=== Task objective ===
Each time a line of the listing holds "finish", copy that line.

=== Data in this exercise ===
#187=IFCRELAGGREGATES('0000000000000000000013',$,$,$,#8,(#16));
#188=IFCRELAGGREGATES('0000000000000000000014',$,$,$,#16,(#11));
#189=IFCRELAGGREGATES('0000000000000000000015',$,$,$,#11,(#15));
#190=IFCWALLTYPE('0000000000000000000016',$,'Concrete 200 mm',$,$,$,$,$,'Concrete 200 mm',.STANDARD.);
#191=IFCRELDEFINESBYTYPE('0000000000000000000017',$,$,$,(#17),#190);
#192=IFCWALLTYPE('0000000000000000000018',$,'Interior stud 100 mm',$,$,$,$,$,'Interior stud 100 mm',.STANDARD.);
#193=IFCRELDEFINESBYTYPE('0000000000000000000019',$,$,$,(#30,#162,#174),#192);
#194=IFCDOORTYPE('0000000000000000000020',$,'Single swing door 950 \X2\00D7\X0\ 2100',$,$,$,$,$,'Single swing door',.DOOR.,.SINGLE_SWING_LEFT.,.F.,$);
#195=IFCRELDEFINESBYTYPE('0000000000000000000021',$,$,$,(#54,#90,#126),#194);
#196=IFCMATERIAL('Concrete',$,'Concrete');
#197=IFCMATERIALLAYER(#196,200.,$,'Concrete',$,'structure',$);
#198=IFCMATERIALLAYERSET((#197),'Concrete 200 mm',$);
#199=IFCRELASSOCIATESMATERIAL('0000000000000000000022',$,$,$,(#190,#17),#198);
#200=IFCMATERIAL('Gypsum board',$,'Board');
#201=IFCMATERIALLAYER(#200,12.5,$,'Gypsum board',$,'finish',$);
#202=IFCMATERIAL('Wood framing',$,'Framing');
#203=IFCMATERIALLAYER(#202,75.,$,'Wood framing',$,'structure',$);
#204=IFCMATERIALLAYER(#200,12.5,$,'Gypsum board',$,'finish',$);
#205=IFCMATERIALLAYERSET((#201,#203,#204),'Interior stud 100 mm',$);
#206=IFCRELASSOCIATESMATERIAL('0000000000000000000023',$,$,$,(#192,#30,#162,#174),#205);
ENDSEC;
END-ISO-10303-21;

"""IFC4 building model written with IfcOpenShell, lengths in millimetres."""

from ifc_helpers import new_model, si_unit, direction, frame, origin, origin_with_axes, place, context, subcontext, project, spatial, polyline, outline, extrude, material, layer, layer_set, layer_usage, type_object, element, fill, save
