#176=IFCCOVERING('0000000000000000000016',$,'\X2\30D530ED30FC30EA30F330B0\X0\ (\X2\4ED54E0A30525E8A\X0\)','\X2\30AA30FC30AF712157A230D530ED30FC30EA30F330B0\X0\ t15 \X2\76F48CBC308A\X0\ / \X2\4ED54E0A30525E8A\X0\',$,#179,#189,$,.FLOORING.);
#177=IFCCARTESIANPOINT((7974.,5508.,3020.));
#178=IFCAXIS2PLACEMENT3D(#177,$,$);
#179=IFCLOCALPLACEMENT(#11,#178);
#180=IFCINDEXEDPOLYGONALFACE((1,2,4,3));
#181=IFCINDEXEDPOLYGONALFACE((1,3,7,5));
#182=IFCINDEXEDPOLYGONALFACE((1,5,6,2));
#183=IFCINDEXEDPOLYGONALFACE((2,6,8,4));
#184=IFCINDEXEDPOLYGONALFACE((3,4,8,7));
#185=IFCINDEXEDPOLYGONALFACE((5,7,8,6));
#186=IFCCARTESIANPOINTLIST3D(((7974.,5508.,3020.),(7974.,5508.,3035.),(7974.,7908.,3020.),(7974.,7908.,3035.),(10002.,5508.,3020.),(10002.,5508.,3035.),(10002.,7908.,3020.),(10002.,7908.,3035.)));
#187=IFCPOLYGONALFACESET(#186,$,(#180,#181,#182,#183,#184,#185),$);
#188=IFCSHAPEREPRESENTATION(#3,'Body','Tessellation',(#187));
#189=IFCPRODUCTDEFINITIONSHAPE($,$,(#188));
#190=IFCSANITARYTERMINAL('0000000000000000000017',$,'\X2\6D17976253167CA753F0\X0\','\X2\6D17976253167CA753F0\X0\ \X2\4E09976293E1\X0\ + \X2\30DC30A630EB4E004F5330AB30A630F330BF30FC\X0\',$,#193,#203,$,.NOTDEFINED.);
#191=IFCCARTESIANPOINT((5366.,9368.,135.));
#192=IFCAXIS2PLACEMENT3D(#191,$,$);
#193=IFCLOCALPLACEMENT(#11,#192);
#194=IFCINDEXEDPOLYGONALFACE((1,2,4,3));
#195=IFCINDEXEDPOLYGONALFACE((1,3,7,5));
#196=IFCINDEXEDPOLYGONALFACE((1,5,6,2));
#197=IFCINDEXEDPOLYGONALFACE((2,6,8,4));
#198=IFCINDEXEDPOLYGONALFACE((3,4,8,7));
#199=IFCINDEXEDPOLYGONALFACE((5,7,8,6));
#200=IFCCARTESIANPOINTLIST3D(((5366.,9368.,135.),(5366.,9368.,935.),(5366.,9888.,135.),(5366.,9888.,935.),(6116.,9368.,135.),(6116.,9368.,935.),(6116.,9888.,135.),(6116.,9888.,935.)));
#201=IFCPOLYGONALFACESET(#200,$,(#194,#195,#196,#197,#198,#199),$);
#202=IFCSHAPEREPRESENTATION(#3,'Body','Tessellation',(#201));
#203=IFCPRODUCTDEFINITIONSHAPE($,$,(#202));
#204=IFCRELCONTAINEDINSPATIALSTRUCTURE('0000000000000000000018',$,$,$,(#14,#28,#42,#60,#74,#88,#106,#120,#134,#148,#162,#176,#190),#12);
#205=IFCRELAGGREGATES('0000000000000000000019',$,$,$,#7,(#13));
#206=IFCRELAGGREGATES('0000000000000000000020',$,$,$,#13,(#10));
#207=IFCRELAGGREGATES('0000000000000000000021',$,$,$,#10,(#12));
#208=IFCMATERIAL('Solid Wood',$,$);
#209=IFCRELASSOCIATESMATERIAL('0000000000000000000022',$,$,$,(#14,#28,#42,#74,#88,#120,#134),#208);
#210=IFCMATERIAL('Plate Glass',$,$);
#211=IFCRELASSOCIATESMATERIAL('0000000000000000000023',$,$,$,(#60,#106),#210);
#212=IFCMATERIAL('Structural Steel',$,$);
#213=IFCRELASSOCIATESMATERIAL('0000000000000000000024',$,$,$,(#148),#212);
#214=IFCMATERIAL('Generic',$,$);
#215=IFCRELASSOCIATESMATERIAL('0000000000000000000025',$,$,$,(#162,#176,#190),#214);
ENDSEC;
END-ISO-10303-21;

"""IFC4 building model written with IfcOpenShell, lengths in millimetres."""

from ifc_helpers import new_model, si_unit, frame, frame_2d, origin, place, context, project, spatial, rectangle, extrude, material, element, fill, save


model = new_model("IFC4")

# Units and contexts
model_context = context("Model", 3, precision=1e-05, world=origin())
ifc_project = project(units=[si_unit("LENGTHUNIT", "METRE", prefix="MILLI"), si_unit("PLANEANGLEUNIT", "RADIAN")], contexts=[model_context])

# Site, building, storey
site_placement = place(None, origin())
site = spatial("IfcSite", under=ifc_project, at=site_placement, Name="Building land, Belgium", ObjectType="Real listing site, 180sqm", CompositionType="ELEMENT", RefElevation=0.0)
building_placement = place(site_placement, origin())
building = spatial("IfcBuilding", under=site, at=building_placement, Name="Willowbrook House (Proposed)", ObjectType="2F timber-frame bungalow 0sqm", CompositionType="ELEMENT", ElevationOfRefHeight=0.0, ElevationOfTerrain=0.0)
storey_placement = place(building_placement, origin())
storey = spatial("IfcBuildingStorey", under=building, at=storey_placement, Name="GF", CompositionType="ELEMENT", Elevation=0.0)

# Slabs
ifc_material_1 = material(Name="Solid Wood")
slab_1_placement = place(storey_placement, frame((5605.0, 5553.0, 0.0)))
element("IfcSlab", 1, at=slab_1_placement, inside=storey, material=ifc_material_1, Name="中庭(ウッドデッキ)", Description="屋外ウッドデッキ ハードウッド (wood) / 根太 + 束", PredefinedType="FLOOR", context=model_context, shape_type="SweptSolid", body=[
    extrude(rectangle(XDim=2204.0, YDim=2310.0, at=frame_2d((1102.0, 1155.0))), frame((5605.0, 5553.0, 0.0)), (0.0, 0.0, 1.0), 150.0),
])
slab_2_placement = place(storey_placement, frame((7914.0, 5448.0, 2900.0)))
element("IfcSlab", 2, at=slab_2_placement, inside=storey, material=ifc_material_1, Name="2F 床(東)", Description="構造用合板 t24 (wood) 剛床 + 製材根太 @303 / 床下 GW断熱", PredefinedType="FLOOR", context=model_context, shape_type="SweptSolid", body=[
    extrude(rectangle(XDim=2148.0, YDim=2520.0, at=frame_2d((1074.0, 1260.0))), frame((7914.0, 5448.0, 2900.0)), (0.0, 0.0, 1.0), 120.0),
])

=== Answer for the task ===
#201=IFCMATERIALLAYER(#200,12.5,$,'Gypsum board',$,'finish',$);
#204=IFCMATERIALLAYER(#200,12.5,$,'Gypsum board',$,'finish',$);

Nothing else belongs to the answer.